The corners of his mouth lift into a glimpse of a smile. “Tell her to hold your hand next time. The only way in here is by touching you.”

“Wait.” I pause, then finish pulling the brush through my snagged ends. “So you didn’t ward it for only you and me?”

“It’s your room, Violet.” His eyes track the movement of the brush through my hair, and the way his fingers curl in his lap makes me swallow. Hard. “The room is warded to let in whomever you pull through.” He clears his throat and shifts his weight as I finish another pass with the brush. “And selfishly, me.”

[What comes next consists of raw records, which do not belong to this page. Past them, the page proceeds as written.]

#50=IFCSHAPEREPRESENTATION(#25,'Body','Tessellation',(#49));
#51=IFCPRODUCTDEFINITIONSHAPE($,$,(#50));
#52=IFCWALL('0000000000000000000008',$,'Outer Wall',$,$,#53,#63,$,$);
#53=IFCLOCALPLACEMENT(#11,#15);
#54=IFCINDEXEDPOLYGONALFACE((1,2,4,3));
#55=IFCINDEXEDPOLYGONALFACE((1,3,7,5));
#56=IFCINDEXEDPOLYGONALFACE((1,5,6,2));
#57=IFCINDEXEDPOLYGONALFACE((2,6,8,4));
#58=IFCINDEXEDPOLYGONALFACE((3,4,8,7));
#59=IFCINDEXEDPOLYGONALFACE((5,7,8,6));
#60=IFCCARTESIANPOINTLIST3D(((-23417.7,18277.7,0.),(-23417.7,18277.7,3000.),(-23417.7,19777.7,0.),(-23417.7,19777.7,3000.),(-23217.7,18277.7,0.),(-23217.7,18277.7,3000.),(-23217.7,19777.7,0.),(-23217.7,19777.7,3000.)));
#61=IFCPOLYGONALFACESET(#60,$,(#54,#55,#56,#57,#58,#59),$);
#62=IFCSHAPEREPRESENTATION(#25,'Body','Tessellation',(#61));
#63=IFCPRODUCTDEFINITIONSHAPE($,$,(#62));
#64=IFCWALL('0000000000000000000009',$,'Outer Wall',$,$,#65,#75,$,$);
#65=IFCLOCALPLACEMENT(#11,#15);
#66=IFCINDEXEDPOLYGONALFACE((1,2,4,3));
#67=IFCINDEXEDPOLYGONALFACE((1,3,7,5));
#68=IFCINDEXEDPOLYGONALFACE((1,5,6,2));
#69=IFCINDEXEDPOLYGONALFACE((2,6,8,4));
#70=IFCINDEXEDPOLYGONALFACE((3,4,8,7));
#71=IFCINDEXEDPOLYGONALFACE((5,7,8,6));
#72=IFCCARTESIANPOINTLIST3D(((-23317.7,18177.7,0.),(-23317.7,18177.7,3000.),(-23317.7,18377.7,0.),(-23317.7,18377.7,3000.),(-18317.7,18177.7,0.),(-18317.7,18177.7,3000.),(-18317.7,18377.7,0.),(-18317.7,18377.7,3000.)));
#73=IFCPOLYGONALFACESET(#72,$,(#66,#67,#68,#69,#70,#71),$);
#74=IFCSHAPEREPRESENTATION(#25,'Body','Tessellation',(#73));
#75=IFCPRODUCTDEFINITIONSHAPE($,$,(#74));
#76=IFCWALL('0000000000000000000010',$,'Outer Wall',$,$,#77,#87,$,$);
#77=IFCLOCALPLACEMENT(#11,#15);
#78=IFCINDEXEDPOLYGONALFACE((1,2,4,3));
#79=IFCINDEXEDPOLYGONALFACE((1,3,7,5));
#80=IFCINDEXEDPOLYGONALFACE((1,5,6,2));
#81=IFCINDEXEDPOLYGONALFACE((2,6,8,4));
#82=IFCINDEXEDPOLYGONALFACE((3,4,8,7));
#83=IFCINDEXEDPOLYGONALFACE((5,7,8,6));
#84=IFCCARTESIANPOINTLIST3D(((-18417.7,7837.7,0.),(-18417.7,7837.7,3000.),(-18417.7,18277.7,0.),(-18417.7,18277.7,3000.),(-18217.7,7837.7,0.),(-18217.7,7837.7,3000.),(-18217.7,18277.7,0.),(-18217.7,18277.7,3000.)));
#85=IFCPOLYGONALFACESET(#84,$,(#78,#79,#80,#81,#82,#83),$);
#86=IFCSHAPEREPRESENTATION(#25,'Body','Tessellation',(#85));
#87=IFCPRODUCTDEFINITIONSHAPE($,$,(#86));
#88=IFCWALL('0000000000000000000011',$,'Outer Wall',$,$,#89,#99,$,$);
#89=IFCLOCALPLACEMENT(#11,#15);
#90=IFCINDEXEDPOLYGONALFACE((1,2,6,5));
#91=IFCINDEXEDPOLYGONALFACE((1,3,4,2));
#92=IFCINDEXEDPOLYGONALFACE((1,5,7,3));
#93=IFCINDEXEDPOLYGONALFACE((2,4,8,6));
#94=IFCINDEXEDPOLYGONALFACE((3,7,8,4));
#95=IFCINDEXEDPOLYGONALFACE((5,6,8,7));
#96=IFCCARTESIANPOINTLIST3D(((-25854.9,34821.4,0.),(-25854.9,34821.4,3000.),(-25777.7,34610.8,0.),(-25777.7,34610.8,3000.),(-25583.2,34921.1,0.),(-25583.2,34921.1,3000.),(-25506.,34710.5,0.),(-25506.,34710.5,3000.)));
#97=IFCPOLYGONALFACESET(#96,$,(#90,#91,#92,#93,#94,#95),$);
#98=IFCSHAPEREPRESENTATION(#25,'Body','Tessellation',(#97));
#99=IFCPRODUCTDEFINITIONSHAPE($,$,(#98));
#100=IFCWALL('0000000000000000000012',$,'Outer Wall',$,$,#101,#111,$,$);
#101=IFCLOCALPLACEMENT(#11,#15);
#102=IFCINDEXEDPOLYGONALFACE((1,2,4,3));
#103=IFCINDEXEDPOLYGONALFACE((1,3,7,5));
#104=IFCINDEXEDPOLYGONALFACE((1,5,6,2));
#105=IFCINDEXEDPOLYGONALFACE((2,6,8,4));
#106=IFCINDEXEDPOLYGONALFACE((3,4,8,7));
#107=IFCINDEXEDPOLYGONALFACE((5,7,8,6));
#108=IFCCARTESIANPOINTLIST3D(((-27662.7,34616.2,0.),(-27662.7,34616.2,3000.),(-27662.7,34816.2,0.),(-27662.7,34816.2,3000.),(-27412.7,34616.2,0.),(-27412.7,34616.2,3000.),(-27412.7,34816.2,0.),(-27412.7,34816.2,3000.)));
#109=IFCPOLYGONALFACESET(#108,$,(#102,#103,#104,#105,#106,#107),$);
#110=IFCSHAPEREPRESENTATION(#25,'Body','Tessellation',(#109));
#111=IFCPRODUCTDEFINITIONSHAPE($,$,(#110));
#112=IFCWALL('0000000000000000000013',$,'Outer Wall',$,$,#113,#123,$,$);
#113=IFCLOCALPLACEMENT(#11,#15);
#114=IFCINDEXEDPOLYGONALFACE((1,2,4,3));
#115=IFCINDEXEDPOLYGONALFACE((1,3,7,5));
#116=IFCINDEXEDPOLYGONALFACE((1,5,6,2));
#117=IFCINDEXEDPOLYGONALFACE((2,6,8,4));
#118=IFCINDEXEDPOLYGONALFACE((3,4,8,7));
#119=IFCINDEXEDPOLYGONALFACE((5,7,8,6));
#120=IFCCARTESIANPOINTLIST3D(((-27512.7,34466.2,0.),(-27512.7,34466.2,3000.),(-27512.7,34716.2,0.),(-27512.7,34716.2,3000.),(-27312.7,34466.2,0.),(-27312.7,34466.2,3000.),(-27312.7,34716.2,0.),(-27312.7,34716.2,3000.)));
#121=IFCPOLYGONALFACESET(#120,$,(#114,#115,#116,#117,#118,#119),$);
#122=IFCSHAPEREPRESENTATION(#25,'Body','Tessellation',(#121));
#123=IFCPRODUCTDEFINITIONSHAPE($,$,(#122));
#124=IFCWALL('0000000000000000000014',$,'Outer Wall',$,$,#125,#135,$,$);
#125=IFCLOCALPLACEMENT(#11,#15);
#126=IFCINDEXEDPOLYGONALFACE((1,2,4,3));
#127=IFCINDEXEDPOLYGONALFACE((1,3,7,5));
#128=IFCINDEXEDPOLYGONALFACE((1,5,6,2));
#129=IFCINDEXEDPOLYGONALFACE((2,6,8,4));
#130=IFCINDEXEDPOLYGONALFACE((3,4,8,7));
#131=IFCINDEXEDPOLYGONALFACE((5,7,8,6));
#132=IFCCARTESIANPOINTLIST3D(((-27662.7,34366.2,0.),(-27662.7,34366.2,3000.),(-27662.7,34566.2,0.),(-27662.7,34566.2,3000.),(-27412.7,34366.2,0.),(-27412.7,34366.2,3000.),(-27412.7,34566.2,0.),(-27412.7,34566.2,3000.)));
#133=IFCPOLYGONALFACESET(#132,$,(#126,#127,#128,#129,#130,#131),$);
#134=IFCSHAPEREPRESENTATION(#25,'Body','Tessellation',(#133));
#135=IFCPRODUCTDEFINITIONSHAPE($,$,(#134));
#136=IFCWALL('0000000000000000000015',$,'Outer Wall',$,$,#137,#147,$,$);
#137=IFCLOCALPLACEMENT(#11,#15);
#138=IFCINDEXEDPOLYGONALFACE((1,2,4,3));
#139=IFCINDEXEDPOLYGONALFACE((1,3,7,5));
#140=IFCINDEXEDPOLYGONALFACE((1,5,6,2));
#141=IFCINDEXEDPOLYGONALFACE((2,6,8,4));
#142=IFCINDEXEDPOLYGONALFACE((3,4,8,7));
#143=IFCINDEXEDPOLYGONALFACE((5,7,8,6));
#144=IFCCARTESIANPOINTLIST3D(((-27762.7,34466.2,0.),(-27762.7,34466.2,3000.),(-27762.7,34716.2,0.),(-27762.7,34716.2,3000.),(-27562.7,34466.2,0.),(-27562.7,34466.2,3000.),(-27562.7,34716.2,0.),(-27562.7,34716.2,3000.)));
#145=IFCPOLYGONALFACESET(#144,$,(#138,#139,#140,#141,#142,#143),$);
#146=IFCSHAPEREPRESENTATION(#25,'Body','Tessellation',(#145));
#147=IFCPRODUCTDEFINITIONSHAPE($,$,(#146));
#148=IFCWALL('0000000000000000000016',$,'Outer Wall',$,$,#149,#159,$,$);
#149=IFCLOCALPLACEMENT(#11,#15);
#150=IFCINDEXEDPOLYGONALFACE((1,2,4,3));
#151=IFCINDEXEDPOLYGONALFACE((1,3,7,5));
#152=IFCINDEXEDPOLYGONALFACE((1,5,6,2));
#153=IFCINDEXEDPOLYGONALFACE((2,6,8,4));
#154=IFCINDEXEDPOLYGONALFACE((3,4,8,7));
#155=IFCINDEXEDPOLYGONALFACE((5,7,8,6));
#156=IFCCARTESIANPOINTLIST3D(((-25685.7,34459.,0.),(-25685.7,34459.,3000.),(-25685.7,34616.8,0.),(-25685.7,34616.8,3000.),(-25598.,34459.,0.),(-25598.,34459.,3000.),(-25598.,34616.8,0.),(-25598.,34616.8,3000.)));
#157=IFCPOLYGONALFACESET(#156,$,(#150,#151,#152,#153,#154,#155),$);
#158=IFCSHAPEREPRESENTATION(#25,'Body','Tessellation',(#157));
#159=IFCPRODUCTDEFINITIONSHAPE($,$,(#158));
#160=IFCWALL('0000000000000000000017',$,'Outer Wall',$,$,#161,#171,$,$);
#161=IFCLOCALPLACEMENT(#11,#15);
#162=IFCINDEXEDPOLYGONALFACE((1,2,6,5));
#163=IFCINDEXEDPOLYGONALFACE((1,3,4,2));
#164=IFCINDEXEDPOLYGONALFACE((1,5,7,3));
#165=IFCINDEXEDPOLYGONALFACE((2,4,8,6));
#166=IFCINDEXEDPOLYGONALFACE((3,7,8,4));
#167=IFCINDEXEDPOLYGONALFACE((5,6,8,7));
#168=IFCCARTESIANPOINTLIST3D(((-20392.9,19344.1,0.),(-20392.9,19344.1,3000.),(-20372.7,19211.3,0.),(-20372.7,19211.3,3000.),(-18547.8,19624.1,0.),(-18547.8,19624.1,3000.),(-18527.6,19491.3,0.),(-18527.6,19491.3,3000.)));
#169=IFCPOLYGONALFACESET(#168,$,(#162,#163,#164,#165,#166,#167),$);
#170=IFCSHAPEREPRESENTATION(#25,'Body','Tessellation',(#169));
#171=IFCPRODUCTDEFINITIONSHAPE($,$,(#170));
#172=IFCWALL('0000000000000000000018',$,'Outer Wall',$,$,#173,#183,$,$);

I fucking love your hair. If you ever want to bring me to my knees or win an argument, just let it down. I’ll get the point.

My breath catches at the memory. Has it really only been a few months since he said that? It feels simultaneously like forever…and yesterday.

“You warded my room for complete privacy for me and anyone I want to bring in?” I lift my eyebrows at him. “In case I feel like…”

“Doing whatever you want.” The heat in his gaze makes my breath catch. “No one will hear a thing. Even if you wreck an armoire.”

I fumble the brush and it falls into my lap, but I quickly recover. Kind of. “This particular one seems pretty solid. Nothing like the flimsy piece I had in my room last year.” The one we accidentally turned into firewood the first time we’d gotten our hands on each other.

“Is that a challenge?” He glances at the furniture. “Because I guarantee we can take it down once you’re healed.”

“No one’s ever fully healed around here.”

“Good point. Just say the words, Violet.” The way he looks at me is enough to raise my temperature a few degrees. “It only takes three.”

Three words?

Oh, like hell am I going to tell him that I want him. He already has too much power over me.

Can and should are two different things,” I manage to say. My willpower when it comes to Xaden is pure shit. One touch, and I’ll be back in his arms, accepting whatever he deems as enough of the truth instead of the full access I deserve…no, need. “And we definitely shouldn’t.”

“Then tell me how your week was instead.” He changes topics smoothly.

“I couldn’t watch them all,” I admit. “At Parapet. I tried, but I…couldn’t.”

“You were on the tower?” His brow furrows.

“Yes.” I shift, tucking my sore knees to the side. “I promised Liam I’d help Sloane, and I couldn’t do that from the courtyard.” A sarcastic laugh escapes my lips. “And she fucking hates me.”

“It’s impossible to hate you.” He stands and walks to where his rucksack is leaned up against the wall. “Trust me. I tried.”

“Trust me. She does. She actually wanted to challenge me at assessment.” I lean back against my headboard. “She blames me for Liam’s death. Not that she’s wrong—”

“Liam’s death wasn’t your fault,” he interrupts, his body going rigid. “It was mine. If Sloane wants to hate anyone, she can aim it all right here.” He taps his chest as he turns, setting his rucksack on the desk.

“It wasn’t your fault.” It’s not the first time we’ve had the argument, and something tells me it won’t be the last. I guess there’s enough guilt for two to carry.

“It was.” He opens the top and rifles through the bag.